En efecto, los países candidatos que no han implementado consejos monetarios han visto aumentar sus déficits (por encima del 9% del PIB en Hungría y arriba del 5% en Polonia, la República Checa y Eslovaquia), mientras que la llegada de flujos importantes de capital ha mantenido a sus divisas bajo fuertes presiones de revaluación. Esta tendencia expone a las economías reales de los países candidatos precisamente a los riesgos de reversión de flujos de capital y crisis de divisas que la adopción temprana del euro debería eliminar.

Es irónico que funcionarios del BCE y la Comisión Europea estén sermoneando a los países candidatos sobre las ventajas y desventajas entre la convergencia nominal y la real. La meta de crecimiento para los países candidatos es aparentemente el único imperativo en Bruselas; la estabilidad macroeconómica puede esperar. Los déficits grandes apoyan el crecimiento, pero la inflación evidentemente no es problema.
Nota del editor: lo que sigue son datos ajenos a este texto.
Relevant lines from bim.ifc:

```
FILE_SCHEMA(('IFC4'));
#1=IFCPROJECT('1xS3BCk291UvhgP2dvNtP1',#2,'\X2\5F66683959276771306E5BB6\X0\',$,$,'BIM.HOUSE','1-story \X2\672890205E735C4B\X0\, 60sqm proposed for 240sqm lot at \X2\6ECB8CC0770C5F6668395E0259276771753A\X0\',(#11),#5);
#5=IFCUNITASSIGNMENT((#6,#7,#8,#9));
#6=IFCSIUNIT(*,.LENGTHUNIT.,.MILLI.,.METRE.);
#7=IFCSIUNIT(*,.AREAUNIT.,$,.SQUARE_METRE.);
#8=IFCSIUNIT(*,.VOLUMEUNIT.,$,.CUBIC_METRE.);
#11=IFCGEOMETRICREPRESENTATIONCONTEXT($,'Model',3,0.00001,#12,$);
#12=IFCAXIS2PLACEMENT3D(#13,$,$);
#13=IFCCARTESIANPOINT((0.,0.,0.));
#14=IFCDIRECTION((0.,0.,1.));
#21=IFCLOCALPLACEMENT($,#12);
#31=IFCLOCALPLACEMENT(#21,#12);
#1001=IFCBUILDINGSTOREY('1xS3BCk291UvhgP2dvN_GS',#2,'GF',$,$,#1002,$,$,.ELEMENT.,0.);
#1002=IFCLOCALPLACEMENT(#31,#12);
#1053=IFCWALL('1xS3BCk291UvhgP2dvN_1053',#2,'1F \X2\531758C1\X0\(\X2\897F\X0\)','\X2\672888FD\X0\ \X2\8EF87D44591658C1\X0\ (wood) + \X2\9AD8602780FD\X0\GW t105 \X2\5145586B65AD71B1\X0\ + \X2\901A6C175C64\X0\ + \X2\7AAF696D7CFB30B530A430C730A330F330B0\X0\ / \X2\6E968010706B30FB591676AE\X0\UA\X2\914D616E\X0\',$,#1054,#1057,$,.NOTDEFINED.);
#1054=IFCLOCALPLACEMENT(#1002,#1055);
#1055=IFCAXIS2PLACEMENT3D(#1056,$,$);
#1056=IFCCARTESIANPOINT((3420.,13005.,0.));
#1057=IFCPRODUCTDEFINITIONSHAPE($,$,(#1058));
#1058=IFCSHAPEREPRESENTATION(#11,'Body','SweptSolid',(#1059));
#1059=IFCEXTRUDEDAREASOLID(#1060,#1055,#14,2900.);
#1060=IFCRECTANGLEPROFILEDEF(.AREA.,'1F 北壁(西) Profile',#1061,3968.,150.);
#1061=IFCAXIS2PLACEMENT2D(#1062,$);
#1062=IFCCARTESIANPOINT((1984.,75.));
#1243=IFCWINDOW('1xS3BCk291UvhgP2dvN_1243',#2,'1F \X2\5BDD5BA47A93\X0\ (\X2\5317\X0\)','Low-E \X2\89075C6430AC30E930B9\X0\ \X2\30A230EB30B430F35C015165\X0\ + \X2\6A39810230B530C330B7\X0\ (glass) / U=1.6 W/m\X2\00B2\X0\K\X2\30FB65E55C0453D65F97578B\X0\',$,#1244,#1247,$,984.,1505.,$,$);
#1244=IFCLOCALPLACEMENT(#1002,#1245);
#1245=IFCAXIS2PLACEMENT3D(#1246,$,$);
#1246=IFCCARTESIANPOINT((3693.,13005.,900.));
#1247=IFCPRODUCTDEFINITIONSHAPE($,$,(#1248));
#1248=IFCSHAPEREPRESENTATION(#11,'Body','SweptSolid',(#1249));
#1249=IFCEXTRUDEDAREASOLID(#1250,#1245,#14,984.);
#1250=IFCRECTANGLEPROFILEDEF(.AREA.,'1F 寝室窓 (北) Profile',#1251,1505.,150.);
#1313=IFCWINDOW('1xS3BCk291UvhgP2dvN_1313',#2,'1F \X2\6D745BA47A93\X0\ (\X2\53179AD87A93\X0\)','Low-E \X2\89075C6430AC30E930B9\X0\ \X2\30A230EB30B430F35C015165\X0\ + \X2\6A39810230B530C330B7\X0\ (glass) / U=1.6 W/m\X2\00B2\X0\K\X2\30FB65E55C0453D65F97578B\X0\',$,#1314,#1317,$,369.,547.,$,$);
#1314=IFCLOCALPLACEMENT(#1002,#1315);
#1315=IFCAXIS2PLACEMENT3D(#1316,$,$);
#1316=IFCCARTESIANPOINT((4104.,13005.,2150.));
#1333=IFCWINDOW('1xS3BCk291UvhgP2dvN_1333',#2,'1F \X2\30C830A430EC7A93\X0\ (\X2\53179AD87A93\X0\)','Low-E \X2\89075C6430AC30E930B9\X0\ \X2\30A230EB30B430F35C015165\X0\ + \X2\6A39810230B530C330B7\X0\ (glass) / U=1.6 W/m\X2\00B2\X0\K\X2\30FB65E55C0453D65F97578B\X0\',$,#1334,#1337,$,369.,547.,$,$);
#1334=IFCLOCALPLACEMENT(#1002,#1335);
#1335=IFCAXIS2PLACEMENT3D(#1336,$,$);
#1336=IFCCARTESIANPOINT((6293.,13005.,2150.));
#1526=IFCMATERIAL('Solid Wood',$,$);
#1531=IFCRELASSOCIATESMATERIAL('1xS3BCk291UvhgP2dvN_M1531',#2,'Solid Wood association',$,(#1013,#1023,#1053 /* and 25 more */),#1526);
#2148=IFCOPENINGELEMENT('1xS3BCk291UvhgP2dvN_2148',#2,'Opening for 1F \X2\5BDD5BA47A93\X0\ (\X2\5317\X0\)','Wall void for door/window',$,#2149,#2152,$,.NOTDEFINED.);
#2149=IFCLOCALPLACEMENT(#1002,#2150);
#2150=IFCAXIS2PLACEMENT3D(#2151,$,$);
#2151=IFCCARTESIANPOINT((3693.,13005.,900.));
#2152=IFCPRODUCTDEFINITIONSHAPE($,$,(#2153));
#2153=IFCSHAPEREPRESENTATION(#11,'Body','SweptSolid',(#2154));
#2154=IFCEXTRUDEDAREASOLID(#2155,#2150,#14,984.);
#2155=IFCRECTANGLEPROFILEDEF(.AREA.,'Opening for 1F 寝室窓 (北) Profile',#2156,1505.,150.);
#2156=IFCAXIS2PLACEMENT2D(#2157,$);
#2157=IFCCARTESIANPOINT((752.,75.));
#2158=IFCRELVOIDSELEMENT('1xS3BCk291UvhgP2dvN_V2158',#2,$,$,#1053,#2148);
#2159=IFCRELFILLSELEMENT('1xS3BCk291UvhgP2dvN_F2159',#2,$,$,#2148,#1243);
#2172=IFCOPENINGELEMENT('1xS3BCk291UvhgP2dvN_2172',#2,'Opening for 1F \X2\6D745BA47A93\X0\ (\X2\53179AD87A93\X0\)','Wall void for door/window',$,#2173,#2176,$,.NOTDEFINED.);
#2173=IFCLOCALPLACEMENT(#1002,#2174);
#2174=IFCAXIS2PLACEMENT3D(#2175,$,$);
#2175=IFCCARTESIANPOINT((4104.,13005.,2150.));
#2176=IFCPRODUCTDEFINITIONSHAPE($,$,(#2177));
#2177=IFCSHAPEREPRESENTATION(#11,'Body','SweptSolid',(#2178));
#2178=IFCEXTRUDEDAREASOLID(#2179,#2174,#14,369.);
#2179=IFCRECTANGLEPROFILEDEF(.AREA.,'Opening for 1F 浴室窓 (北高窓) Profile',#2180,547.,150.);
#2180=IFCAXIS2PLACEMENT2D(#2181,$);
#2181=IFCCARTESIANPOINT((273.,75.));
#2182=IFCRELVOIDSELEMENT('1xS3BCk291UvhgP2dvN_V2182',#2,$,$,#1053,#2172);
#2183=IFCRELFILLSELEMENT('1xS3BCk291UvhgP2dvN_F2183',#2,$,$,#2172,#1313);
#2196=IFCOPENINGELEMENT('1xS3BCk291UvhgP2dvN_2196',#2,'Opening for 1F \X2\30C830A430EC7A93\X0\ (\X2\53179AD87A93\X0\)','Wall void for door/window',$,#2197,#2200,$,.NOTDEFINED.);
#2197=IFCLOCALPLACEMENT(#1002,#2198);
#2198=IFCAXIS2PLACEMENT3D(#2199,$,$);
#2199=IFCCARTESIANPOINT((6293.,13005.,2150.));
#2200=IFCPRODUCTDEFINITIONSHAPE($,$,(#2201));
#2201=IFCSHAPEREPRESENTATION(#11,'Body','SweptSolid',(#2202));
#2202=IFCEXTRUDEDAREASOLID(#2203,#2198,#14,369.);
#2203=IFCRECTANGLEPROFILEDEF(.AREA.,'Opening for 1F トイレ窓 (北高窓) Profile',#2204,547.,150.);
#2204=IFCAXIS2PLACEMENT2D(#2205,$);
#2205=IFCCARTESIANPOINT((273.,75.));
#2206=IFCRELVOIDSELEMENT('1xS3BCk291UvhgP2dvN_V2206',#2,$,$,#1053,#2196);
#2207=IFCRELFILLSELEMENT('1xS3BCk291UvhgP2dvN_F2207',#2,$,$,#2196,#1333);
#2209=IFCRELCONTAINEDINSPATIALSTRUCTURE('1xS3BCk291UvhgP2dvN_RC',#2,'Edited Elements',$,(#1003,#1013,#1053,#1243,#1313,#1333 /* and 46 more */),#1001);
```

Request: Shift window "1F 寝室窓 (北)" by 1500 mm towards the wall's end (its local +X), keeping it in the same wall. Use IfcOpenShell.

```python
import ifcopenshell
import ifcopenshell.api.geometry
import ifcopenshell.util.placement
import ifcopenshell.util.unit

model = ifcopenshell.open("bim.ifc")
unit_scale = ifcopenshell.util.unit.calculate_unit_scale(model)

window = model.by_id(1243)
opening = window.FillsVoids[0].RelatingOpeningElement
wall = opening.VoidsElements[0].RelatingBuildingElement

wall_matrix = ifcopenshell.util.placement.get_local_placement(wall.ObjectPlacement)
shift = wall_matrix[:3, 0] * 1.5 / unit_scale
before = ifcopenshell.util.placement.get_local_placement(window.ObjectPlacement)[:3, 3].copy()

# The window is not placed relative to its opening, so move both.
for product in (opening, window):
    matrix = ifcopenshell.util.placement.get_local_placement(product.ObjectPlacement)
    matrix[:3, 3] += shift
    ifcopenshell.api.geometry.edit_object_placement(model, product=product, matrix=matrix, is_si=False)

after = ifcopenshell.util.placement.get_local_placement(window.ObjectPlacement)[:3, 3]
print("window moved by", (after - before).round(3) + 0.0)

model.write("bim_rev.ifc")
```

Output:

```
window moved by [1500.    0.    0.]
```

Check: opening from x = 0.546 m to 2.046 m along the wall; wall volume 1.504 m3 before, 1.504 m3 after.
Si esta línea de pensamiento suena conocida, tal vez se deba a que (más o menos) recapitula las bases del sistema insostenible de planeación con el que los países candidatos rompieron a principio de los años noventa. Por supuesto, ha sido la adopción por parte de las naciones excomunistas de políticas económicas racionales, dirigidas por los mercados, lo que las ha puesto a punto de ser miembros de la UE. Por ello, las instituciones europeas deberían abandonar su enfoque paternalista y tomar en serio las preocupaciones de los banqueros centrales de los países candidatos sobre los riesgos de mantener sus propias monedas por un tiempo prolongado, durante el cual, sus economías se tienen que abrir por completo a los flujos de capital.

Como están las cosas, el BCE y la Comisión Europea están apoyando de facto las posturas de los gobiernos populistas de Europa oriental, que ya se están gastando los fondos que esperan obtener de la UE en el futuro. Ya es tiempo de que las instituciones de la UE aborden con más seriedad los retos que plantea y las oportunidades que ofrece la ampliación. Pueden comenzar dándole una consideración más favorable a la adopción temprana del euro por parte de los países candidatos, tanto para quienes tienen consejos monetarios, como para quienes cuentan con tipos de cambio flotantes.